Among the records, which lines include "IFCLOCALPLACEMENT"? List them.

(DATA FOR THIS TASK)

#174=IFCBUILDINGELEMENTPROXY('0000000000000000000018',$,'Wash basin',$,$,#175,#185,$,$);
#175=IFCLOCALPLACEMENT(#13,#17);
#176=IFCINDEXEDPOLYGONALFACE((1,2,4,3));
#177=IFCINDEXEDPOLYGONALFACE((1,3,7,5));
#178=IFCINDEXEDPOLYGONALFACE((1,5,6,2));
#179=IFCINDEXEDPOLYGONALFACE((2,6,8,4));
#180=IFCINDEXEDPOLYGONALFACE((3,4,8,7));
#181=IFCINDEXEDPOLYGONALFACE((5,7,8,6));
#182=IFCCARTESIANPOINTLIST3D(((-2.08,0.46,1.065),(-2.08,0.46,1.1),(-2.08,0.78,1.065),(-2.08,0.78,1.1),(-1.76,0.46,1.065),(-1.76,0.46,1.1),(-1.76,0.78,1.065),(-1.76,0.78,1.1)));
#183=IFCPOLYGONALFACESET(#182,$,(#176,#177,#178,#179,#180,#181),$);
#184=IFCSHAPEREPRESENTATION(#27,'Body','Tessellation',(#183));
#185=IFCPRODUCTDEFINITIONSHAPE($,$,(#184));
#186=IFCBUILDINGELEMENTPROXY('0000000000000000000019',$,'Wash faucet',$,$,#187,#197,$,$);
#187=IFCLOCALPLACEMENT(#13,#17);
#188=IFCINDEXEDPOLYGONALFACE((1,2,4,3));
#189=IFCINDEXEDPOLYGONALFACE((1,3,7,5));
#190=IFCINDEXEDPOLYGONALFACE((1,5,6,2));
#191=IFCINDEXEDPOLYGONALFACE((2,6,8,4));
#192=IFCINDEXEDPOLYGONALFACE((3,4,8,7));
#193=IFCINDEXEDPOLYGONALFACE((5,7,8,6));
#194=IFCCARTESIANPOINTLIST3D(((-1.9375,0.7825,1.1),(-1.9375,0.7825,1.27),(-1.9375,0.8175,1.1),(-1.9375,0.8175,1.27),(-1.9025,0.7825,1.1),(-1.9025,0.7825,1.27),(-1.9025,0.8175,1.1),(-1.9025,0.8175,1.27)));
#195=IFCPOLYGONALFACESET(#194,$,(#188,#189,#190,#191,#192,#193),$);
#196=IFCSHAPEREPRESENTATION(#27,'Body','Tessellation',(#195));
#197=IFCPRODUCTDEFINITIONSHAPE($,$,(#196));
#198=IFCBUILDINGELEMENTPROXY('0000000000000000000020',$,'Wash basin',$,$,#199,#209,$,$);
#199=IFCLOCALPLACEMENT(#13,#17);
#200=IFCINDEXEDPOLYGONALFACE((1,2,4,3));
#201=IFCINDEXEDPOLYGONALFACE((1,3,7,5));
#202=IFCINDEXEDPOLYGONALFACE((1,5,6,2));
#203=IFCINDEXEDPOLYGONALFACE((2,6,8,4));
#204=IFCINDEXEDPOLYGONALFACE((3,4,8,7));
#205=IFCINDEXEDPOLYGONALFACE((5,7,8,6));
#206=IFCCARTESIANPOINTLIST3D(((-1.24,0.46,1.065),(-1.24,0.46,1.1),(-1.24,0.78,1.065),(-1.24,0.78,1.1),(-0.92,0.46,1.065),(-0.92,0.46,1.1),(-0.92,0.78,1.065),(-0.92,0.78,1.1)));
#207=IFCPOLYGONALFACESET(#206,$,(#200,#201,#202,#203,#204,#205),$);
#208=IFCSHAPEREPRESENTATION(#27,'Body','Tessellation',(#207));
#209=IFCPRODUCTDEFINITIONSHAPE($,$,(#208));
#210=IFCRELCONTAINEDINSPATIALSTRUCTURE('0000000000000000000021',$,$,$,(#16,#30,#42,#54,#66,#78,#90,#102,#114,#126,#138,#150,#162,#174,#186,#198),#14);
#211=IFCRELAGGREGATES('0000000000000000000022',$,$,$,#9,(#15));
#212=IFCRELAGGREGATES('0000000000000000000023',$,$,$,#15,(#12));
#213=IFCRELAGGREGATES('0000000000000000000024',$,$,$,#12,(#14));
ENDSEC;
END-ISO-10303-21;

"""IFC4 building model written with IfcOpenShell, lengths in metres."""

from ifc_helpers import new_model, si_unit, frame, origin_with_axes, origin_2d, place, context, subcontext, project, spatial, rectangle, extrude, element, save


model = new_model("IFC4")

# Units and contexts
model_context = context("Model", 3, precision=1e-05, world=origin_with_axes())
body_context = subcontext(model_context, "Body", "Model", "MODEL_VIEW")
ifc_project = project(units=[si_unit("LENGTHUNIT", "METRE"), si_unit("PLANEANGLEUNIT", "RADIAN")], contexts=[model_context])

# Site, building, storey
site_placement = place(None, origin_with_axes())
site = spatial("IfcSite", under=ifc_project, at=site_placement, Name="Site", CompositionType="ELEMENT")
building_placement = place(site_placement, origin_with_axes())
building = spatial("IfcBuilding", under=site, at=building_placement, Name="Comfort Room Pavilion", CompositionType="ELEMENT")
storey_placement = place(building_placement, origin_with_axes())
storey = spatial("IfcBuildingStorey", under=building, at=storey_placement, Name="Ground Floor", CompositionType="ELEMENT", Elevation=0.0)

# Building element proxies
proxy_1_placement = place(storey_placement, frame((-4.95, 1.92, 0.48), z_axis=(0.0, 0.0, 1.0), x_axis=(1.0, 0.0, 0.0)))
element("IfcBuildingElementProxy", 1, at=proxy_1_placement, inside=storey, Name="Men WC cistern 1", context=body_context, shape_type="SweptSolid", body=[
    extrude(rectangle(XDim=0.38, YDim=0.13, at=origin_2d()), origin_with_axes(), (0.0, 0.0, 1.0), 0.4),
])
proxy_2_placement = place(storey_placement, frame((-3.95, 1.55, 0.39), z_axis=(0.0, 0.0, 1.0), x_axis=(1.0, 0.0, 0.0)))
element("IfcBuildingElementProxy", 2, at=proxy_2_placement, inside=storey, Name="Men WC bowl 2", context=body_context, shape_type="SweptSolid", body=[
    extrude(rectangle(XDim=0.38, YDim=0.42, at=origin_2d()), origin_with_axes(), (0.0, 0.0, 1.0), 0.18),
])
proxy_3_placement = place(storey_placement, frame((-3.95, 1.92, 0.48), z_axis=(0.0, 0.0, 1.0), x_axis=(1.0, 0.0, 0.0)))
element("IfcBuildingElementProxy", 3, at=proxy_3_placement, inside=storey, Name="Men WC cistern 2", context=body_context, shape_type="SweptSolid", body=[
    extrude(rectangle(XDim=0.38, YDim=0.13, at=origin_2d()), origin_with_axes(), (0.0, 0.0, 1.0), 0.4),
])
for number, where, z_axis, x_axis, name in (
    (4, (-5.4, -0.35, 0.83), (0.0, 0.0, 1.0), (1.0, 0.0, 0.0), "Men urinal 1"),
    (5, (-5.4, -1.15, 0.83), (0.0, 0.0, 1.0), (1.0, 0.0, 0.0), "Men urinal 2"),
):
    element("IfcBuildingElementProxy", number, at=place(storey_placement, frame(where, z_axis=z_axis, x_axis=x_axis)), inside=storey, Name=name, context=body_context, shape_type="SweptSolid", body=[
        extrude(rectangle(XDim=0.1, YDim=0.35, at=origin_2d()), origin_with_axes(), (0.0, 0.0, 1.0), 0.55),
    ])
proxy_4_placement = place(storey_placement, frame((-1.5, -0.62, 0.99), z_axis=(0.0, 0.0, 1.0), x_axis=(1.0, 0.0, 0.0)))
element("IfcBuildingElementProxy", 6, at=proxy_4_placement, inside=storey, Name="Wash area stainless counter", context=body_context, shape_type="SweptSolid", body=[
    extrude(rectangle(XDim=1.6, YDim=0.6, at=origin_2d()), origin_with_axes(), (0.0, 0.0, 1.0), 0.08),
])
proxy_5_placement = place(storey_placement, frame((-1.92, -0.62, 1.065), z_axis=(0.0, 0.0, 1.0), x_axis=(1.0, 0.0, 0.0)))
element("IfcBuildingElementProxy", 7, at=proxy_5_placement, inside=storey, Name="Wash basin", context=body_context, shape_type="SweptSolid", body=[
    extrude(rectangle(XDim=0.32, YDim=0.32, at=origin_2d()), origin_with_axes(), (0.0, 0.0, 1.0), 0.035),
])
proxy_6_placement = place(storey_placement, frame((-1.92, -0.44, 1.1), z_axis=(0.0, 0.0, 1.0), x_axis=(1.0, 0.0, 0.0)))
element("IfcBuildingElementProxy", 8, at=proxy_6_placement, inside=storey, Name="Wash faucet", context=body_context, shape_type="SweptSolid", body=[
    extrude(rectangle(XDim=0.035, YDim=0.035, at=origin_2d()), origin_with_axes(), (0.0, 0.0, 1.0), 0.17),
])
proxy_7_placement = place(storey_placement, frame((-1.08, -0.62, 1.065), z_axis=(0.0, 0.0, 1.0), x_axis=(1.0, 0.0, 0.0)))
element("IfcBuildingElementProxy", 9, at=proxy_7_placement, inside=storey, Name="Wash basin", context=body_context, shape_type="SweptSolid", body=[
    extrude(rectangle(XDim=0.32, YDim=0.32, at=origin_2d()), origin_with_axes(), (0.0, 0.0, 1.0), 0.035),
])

(End DATA FOR THIS TASK)

● ANSWER TO THIS EXERCISE
#175=IFCLOCALPLACEMENT(#13,#17);
#187=IFCLOCALPLACEMENT(#13,#17);
#199=IFCLOCALPLACEMENT(#13,#17);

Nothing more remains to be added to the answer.